Crossings (19 page)

Read Crossings Online

Authors: Stef Ann Holm

“Miss Lena, Judge Kimball was knocking on the store window. He says he needs to speak with you. I let him in.”

Putting her hand on her brow, Helena waved Ignacia off. “I can't talk to him now.”

“He said it was urgent.”

Raising her chin, Helena choked on her sigh.

Emilie set her napkin on her plate. “What land was Carrigan talking about, Lena?”

“I can't go into that at the moment, Emilie. I have more pressing things on my mind.” Helena left the kitchen and went to the store, her nerves unraveling. What was she going to do? No horses meant she'd have to shut the station down. Temporarily. Because
she'd get her old horses back, or she'd get new ones. There was no way she was quitting. But in the meantime, she'd have to send a message to Friday's station and the Carson City station, telling the masters their riders were going to need to keep the same horses through Genoa. The loss in revenue was going to gum up her finances worse than they already were.

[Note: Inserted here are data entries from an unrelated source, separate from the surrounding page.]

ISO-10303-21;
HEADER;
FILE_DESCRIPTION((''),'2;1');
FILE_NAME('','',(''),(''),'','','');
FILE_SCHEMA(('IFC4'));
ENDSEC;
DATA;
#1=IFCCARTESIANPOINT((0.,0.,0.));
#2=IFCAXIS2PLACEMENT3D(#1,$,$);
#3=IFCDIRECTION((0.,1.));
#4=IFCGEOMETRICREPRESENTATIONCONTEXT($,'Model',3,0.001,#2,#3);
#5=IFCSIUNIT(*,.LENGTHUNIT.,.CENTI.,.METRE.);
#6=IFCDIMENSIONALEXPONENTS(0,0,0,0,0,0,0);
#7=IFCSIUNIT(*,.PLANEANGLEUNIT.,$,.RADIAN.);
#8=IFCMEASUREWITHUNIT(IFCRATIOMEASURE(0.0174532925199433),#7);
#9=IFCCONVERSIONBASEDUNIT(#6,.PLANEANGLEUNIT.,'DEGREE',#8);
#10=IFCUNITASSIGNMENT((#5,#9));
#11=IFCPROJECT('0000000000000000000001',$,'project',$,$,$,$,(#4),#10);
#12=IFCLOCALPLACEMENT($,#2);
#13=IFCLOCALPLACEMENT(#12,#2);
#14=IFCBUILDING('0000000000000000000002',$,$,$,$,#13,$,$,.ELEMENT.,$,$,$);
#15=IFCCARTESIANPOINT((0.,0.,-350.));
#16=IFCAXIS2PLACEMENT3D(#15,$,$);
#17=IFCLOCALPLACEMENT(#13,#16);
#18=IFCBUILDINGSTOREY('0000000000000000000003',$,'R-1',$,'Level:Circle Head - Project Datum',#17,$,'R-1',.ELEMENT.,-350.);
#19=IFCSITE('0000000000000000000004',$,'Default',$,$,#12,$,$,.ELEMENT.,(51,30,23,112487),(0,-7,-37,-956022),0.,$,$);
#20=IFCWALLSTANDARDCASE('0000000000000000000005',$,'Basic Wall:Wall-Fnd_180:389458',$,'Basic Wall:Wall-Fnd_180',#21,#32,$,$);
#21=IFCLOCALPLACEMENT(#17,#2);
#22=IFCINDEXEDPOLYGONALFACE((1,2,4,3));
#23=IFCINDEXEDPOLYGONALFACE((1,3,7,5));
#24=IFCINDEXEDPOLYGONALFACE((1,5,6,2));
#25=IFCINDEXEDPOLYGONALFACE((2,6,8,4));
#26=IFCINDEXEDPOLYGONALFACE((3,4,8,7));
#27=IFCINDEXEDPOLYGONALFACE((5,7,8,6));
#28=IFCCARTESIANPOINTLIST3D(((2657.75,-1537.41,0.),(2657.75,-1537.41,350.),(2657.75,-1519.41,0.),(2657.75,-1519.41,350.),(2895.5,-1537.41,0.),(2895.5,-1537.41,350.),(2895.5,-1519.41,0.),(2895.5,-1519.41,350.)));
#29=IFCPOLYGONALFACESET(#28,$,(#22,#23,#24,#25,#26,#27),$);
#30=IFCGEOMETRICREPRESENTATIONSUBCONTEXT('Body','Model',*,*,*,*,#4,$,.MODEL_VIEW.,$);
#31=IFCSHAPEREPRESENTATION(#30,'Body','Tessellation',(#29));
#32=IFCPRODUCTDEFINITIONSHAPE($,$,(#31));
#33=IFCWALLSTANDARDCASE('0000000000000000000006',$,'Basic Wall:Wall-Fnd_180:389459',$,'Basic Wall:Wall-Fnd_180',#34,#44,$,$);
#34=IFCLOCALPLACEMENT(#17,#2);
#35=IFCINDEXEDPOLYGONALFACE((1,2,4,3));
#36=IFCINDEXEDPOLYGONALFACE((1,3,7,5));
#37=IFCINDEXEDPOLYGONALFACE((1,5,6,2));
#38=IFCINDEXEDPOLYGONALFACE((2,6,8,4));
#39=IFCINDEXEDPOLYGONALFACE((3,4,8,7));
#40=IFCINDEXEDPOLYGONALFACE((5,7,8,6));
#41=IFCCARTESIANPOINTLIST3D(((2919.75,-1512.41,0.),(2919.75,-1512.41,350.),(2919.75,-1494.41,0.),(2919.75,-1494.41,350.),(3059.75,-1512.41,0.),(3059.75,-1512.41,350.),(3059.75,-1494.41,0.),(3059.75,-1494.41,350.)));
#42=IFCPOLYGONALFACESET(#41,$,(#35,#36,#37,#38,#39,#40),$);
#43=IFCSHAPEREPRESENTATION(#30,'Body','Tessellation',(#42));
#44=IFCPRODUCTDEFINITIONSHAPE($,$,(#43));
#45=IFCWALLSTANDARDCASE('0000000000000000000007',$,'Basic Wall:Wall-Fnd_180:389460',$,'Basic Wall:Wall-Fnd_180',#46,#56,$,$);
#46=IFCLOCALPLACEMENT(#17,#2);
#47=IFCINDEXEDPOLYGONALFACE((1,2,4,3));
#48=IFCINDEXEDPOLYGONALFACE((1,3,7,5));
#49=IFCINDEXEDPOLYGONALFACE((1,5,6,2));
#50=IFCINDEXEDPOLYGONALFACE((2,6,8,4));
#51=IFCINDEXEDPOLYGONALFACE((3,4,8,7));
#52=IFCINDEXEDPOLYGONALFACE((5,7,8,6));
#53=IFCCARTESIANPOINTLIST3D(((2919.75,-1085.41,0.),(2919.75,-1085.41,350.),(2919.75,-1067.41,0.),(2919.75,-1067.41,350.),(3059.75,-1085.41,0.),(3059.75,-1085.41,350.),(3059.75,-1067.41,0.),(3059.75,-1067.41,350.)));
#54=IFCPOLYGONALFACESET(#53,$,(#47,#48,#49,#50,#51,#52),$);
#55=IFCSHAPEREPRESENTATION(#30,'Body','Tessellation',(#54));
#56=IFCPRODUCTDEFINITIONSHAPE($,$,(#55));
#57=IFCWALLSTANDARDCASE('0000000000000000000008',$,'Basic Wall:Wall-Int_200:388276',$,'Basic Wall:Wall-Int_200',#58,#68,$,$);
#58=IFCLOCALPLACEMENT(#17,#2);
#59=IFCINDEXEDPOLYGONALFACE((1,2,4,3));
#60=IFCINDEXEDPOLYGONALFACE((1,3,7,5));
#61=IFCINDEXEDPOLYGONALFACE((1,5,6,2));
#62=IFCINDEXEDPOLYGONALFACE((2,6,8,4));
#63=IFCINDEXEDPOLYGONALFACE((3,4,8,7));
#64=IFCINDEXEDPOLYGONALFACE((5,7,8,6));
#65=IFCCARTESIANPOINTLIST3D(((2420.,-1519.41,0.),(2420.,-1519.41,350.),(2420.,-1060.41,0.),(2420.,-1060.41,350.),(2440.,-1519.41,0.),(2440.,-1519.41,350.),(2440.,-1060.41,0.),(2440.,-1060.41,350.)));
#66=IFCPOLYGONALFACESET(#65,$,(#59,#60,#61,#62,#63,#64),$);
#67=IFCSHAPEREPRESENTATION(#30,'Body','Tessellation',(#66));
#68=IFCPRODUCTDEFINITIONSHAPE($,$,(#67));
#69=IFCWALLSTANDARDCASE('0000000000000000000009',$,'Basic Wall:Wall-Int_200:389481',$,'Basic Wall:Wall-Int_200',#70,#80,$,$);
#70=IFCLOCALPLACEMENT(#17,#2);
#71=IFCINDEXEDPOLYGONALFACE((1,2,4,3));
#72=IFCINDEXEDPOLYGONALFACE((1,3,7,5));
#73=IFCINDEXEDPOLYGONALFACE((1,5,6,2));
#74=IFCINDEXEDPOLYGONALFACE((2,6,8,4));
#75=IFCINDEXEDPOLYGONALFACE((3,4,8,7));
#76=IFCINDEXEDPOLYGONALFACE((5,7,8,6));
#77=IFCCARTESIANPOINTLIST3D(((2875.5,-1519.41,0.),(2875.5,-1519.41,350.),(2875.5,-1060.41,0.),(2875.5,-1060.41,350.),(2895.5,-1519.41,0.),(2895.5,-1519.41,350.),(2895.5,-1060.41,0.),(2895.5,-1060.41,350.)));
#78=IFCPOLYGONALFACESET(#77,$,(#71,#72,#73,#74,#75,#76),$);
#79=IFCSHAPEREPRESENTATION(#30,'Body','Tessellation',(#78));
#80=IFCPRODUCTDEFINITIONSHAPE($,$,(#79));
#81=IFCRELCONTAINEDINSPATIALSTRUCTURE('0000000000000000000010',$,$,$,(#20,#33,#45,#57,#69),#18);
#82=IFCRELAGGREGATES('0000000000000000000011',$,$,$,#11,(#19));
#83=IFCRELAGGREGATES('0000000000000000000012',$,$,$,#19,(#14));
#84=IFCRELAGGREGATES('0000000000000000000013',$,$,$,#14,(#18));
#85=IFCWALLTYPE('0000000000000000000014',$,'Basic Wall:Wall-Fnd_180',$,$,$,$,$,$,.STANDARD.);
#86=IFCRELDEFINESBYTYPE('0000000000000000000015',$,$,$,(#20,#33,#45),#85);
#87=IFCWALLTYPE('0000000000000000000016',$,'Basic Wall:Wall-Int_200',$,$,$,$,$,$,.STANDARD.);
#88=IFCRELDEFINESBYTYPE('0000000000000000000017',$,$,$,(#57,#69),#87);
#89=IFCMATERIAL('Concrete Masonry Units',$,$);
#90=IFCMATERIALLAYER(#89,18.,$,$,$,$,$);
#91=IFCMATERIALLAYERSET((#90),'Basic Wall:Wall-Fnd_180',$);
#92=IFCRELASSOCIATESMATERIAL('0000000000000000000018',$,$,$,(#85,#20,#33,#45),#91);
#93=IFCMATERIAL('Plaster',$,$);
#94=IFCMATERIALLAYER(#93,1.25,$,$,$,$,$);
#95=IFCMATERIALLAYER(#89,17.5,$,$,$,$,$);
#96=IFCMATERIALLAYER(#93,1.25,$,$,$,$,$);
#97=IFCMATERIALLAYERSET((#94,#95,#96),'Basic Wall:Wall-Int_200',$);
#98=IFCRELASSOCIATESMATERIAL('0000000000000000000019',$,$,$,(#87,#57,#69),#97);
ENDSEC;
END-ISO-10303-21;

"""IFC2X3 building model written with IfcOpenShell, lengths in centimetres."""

from ifc_helpers import new_model, entity, si_unit, converted_unit, direction, frame, frame_2d, origin, place, context, subcontext, project, spatial, rectangle, extrude, material, layer, layer_set, layer_usage, type_object, element, save


model = new_model("IFC2X3")

# Units and contexts
model_context = context("Model", 3, precision=0.001, world=origin(), true_north=direction((0.0, 1.0)))
body_context = subcontext(model_context, "Body", "Model", "MODEL_VIEW")
ifc_project = project(units=[si_unit("LENGTHUNIT", "METRE", prefix="CENTI"), converted_unit("PLANEANGLEUNIT", "DEGREE", entity("IfcRatioMeasure", 0.0174532925199433), si_unit("PLANEANGLEUNIT", "RADIAN"), dimensions=[0, 0, 0, 0, 0, 0, 0])], contexts=[model_context])

# Site, building, storey
site_placement = place(None, origin())
site = spatial("IfcSite", under=ifc_project, at=site_placement, Name="Default", CompositionType="ELEMENT", RefLatitude=(51, 30, 23, 112487), RefLongitude=(0, -7, -37, -956022), RefElevation=0.0)
building_placement = place(site_placement, origin())
building = spatial("IfcBuilding", under=site, at=building_placement, CompositionType="ELEMENT")
storey_placement = place(building_placement, frame((0.0, 0.0, -350.0)))
storey = spatial("IfcBuildingStorey", under=building, at=storey_placement, Name="R-1", ObjectType="Level:Circle Head - Project Datum", LongName="R-1", CompositionType="ELEMENT", Elevation=-350.0)

# Walls
ifc_material_1 = material(Name="Concrete Masonry Units")
ifc_layer_1 = layer(ifc_material_1, 18.0)
ifc_layer_set_1 = layer_set([ifc_layer_1], Name="Basic Wall:Wall-Fnd_180")
wall_type_1 = type_object("IfcWallType", Name="Basic Wall:Wall-Fnd_180", PredefinedType="STANDARD", material=ifc_layer_set_1)
ifc_layer_usage_1 = layer_usage(ifc_layer_set_1, "AXIS2", "NEGATIVE", 9.0)
wall_1_placement = place(storey_placement, frame((2895.5, -1528.41, 0.0), z_axis=(0.0, 0.0, 1.0), x_axis=(-1.0, 0.0, 0.0)))
element("IfcWallStandardCase", 1, at=wall_1_placement, inside=storey, type_object=wall_type_1, material=ifc_layer_usage_1, Name="Basic Wall:Wall-Fnd_180:389458", ObjectType="Basic Wall:Wall-Fnd_180", context=body_context, shape_type="SweptSolid", body=[
    extrude(rectangle(XDim=237.75, YDim=18.0, at=frame_2d((118.88, 0.0), x_axis=(-1.0, 0.0))), origin(), (0.0, 0.0, 1.0), 350.0),
])
ifc_layer_usage_2 = layer_usage(ifc_layer_set_1, "AXIS2", "POSITIVE", -9.0)
wall_2_placement = place(storey_placement, frame((3059.75, -1503.41, 0.0), z_axis=(0.0, 0.0, 1.0), x_axis=(-1.0, 0.0, 0.0)))
element("IfcWallStandardCase", 2, at=wall_2_placement, inside=storey, type_object=wall_type_1, material=ifc_layer_usage_2, Name="Basic Wall:Wall-Fnd_180:389459", ObjectType="Basic Wall:Wall-Fnd_180", context=body_context, shape_type="SweptSolid", body=[
    extrude(rectangle(XDim=140.0, YDim=18.0, at=frame_2d((70.0, 0.0), x_axis=(-1.0, 0.0))), origin(), (0.0, 0.0, 1.0), 350.0),
])
ifc_layer_usage_3 = layer_usage(ifc_layer_set_1, "AXIS2", "NEGATIVE", 9.0)
wall_3_placement = place(storey_placement, frame((3059.75, -1076.41, 0.0), z_axis=(0.0, 0.0, 1.0), x_axis=(-1.0, 0.0, 0.0)))
element("IfcWallStandardCase", 3, at=wall_3_placement, inside=storey, type_object=wall_type_1, material=ifc_layer_usage_3, Name="Basic Wall:Wall-Fnd_180:389460", ObjectType="Basic Wall:Wall-Fnd_180", context=body_context, shape_type="SweptSolid", body=[
    extrude(rectangle(XDim=140.0, YDim=18.0, at=frame_2d((70.0, 0.0), x_axis=(-1.0, 0.0))), origin(), (0.0, 0.0, 1.0), 350.0),
])
ifc_material_2 = material(Name="Plaster")
ifc_layer_2 = layer(ifc_material_2, 1.25)
ifc_layer_3 = layer(ifc_material_1, 17.5)
ifc_layer_4 = layer(ifc_material_2, 1.25)
ifc_layer_set_2 = layer_set([ifc_layer_2, ifc_layer_3, ifc_layer_4], Name="Basic Wall:Wall-Int_200")
ifc_layer_usage_4 = layer_usage(ifc_layer_set_2, "AXIS2", "NEGATIVE", 10.0)
wall_type_2 = type_object("IfcWallType", Name="Basic Wall:Wall-Int_200", PredefinedType="STANDARD", material=ifc_layer_set_2)
wall_4_placement = place(storey_placement, frame((2430.0, -1060.41, 0.0), z_axis=(0.0, 0.0, 1.0), x_axis=(0.0, -1.0, 0.0)))
element("IfcWallStandardCase", 4, at=wall_4_placement, inside=storey, type_object=wall_type_2, material=ifc_layer_usage_4, Name="Basic Wall:Wall-Int_200:388276", ObjectType="Basic Wall:Wall-Int_200", context=body_context, shape_type="SweptSolid", body=[
    extrude(rectangle(XDim=459.0, YDim=20.0, at=frame_2d((229.5, 0.0), x_axis=(-1.0, 0.0))), origin(), (0.0, 0.0, 1.0), 350.0),
])
ifc_layer_usage_5 = layer_usage(ifc_layer_set_2, "AXIS2", "POSITIVE", -10.0)
wall_5_placement = place(storey_placement, frame((2885.5, -1060.41, 0.0), z_axis=(0.0, 0.0, 1.0), x_axis=(0.0, -1.0, 0.0)))
element("IfcWallStandardCase", 5, at=wall_5_placement, inside=storey, type_object=wall_type_2, material=ifc_layer_usage_5, Name="Basic Wall:Wall-Int_200:389481", ObjectType="Basic Wall:Wall-Int_200", context=body_context, shape_type="SweptSolid", body=[
    extrude(rectangle(XDim=459.0, YDim=20.0, at=frame_2d((229.5, 0.0), x_axis=(-1.0, 0.0))), origin(), (0.0, 0.0, 1.0), 350.0),
])

save(model, "model.ifc")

“Judge Kimball,” Helena greeted quickly as she went behind the counter. “I don't mean to be rude, but I've got a problem that needs my immediate attention.”

Bayard doffed his hat. “I can guess what it is.”

“Can you?” She was in no mood for games, her thoughts tripping over one another to oversee everything that needed to be done.

“Your horses have disappeared.”

Their eyes met as surprise ran through Helena. “How do you know about my horses?”

“I saw who let them out.”

Her stomach clenched tight. She wanted to know the answer, and she didn't. “Who?”

“Carrigan.”

Helena had to grip the counter for support, her worst fears confirmed. “You saw him? When?”

“Last night when I was leaving the saloon. I saw a figure herding them through the gates.”

“Why didn't you wake me?” she blurted.

“I was rather inebriated and in no condition to knock on your door.”

Welcome doubts set upon her. “If you were so drunk, how can you be sure it was Carrigan you saw?”

“He was the same height. The same build. There are no other men in Genoa who have his composition.” Bayard's expression looked truly regretful. “I'm sorry. The horses fled so quickly that even if I'd come to you right away, you couldn't have traveled at night to round them up.”

Helena was numb with increasing shock.

“Horse thievery is a hanging offense, Helena,”
Bayard informed her gravely. “I could take him into custody right now.”

“No.” An oddly primitive warning sounded in her brain. She didn't want Carrigan dead—even if he did steal her horses. There had to be an explanation. Carrigan denied his guilt, but at the same time, Bayard had identified him. She'd known and trusted Bayard for years. He wouldn't lie to her.

“Thank you, Bayard,” Helena said woodenly. She went to the door and unlocked it. “I appreciate you telling me. But I'll handle the matter on my own.”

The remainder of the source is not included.